The double Fourier-based harmonic analysis method is used to construct the unit cell of different modulation strategies by analyzing the phase relationship between modulation wave and carrier wave and deducing the analytical expression of output voltage with double integration. This method is intuitive and effective for harmonic analysis of inverter output voltage. According to double Fourier analysis, output voltage u_ao of a single bridge leg in NPC three-level topology can be written as:

$$\begin{array}{l}{u}_{\mathrm{ao}}=\frac{A_{00}}{2}+{\displaystyle \sum _{n=1}^{\infty }\left(A_{0n}\cos ny+B_{0n}\sin ny\right)}+\\ {\displaystyle \sum _{m=1}^{\infty }\left(A_{m0}\cos mx+B_{m0}\sin mx\right)}+\\ {\displaystyle \sum _{m=1}^{\infty }{\displaystyle \sum _{\begin{array}{l}n=-\infty \\ (n\ne 0)\end{array}}^{\infty }\left[A_{mn}\cos \left(mx+ny\right)+B_{mn}\sin \left(mx+ny\right)\right]}}\end{array}$$

(1)

A₀₀/2 represents DC offset fraction, ${\displaystyle \sum _{n=1}^{\infty }\left(A_{0n}\cos ny+B_{0n}\sin ny\right)}$ represents fundamental wave components and fundamental band harmonic components, ${\displaystyle \sum _{m=1}^{\infty }\left(A_{m0}\cos mx+B_{m0}\sin mx\right)}$ represents the carrier harmonic component, and ${\displaystyle \sum _{m=1}^{\infty }{\displaystyle \sum _{\begin{array}{l}n=-\infty \\ (n\ne 0)\end{array}}^{\infty }\left[A_{mn}\cos \left(mx+ny\right)+B_{mn}\sin \left(mx+ny\right)\right]}}$ represents the side-band harmonic component. x = ω_st, y = ω_ot, ω_s is the carrier angular frequency and ω_o is the fundamental angular frequency.
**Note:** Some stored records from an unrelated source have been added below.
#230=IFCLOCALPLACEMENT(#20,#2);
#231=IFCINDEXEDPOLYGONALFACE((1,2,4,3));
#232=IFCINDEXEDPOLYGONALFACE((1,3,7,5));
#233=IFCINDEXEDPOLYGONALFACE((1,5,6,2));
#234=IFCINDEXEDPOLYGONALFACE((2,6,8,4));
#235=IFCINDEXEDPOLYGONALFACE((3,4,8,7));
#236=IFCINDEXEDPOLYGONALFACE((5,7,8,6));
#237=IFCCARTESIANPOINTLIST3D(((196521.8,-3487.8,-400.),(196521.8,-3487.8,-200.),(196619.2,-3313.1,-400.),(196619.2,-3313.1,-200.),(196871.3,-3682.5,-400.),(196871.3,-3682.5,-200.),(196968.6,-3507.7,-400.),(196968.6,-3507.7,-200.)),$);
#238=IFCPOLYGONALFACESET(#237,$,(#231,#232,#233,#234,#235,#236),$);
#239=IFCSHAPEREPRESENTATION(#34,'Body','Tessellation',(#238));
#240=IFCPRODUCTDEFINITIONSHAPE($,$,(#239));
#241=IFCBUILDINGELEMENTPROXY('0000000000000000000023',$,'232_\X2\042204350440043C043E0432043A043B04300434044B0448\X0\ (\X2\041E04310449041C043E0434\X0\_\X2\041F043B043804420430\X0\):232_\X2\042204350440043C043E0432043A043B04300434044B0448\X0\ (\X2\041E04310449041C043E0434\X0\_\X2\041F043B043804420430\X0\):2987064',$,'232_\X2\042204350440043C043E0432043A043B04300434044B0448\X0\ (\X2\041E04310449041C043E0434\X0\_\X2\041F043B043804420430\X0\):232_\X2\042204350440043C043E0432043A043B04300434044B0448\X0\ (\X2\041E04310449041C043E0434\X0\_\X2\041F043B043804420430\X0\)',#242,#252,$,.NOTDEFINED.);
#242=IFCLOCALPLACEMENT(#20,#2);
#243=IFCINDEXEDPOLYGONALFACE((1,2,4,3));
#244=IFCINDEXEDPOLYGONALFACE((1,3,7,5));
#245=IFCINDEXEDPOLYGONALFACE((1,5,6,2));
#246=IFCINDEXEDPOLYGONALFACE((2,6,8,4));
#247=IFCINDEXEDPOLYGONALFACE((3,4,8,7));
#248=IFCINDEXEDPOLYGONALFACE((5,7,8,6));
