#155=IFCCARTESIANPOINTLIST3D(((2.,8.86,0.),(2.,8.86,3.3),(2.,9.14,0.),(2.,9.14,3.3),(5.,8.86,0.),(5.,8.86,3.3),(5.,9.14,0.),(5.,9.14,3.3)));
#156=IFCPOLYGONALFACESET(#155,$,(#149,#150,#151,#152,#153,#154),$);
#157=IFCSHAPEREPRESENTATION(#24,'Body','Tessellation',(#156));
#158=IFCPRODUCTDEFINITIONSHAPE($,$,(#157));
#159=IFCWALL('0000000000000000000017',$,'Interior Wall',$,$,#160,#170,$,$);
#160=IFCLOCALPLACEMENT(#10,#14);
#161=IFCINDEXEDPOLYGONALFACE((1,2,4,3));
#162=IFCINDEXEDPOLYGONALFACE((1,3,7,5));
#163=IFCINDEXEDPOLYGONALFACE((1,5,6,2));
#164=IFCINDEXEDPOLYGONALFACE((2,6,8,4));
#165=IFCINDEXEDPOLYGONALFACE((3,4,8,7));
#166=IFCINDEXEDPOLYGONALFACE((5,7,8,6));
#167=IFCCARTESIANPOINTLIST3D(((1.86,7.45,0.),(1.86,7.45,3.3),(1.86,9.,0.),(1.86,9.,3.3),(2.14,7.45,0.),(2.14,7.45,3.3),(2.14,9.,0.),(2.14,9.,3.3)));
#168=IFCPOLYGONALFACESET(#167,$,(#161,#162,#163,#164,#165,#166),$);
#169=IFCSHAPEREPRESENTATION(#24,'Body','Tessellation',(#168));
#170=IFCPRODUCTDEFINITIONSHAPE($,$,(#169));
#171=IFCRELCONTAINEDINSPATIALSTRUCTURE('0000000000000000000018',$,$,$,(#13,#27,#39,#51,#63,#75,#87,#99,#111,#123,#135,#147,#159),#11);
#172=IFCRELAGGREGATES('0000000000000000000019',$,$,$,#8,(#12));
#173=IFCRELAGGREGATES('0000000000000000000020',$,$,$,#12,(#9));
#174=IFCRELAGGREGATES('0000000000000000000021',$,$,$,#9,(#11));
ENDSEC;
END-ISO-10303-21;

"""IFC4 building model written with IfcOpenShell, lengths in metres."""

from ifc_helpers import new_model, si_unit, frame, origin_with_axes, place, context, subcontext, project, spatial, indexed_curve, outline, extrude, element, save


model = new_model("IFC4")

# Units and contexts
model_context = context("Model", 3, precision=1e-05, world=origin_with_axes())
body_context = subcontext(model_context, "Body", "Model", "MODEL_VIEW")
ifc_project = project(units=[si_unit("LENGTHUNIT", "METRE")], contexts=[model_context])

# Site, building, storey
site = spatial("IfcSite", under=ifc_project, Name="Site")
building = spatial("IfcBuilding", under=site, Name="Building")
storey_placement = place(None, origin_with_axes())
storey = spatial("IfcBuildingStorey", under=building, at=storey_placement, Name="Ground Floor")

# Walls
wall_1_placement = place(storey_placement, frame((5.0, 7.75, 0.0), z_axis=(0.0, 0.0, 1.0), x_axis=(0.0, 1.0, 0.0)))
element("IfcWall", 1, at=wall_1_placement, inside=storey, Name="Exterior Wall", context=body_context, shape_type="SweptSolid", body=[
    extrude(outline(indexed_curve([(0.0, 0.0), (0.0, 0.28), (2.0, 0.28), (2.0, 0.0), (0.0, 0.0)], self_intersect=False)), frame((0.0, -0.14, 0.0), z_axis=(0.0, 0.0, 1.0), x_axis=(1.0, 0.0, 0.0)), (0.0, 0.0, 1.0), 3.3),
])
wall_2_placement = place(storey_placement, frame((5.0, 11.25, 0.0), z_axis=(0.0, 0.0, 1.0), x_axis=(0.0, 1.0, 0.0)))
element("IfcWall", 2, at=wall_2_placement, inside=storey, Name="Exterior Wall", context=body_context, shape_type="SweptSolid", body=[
A_mn and B_mn represent coefficients of harmonic components, respectively, and their expressions are as follows:

$$\begin{array}{l}{A}_{mn}=\frac{1}{2{\mathsf{\pi }}^2}{\displaystyle \underset{-\mathsf{\pi }}{\overset{\mathsf{\pi }}{\int }}{\displaystyle \underset{-\mathsf{\pi }}{\overset{\mathsf{\pi }}{\int }}{U}_{\mathrm{ao}}\cos \left(mx+ny\right)\mathrm{d}x\mathrm{d}y}}\\ B_{mn}=\frac{1}{2{\mathsf{\pi }}^2}{\displaystyle \underset{-\mathsf{\pi }}{\overset{\mathsf{\pi }}{\int }}{\displaystyle \underset{-\mathsf{\pi }}{\overset{\mathsf{\pi }}{\int }}{U}_{\mathrm{ao}}\sin \left(mx+ny\right)\mathrm{d}x\mathrm{d}y}}\end{array}$$

(2)

The expressions of modulated wave u_ref and carriers u_c1 and u_c2 are shown in (3). U_s and U_c represent the amplitudes of modulated wave and carrier, respectively. The switch function of a single leg of NPC three-level topology can be obtained by simultaneously modulating wave and carrier expression as shown in

Table 2. Switching function of single leg of NPC three-level topology.

Output Voltage	Range of x
	−π ≤ x < 0	0 ≤ x < π
+Udc/2	−x/π < Mcosy	x/π < Mcosy
0	−x/π − 1 ≤ Mcosy < −x/π	x/π − 1 ≤ Mcosy < x/π
−Udc/2	Mcosy < −x/π − 1	Mcosy < x/π − 1

, where M represents the modulation ratio. Based on the switch function and output voltage in Table 2, a single leg modulation unit cell of NPC three-level topology can be built without considering dead-time as shown in Figure 9.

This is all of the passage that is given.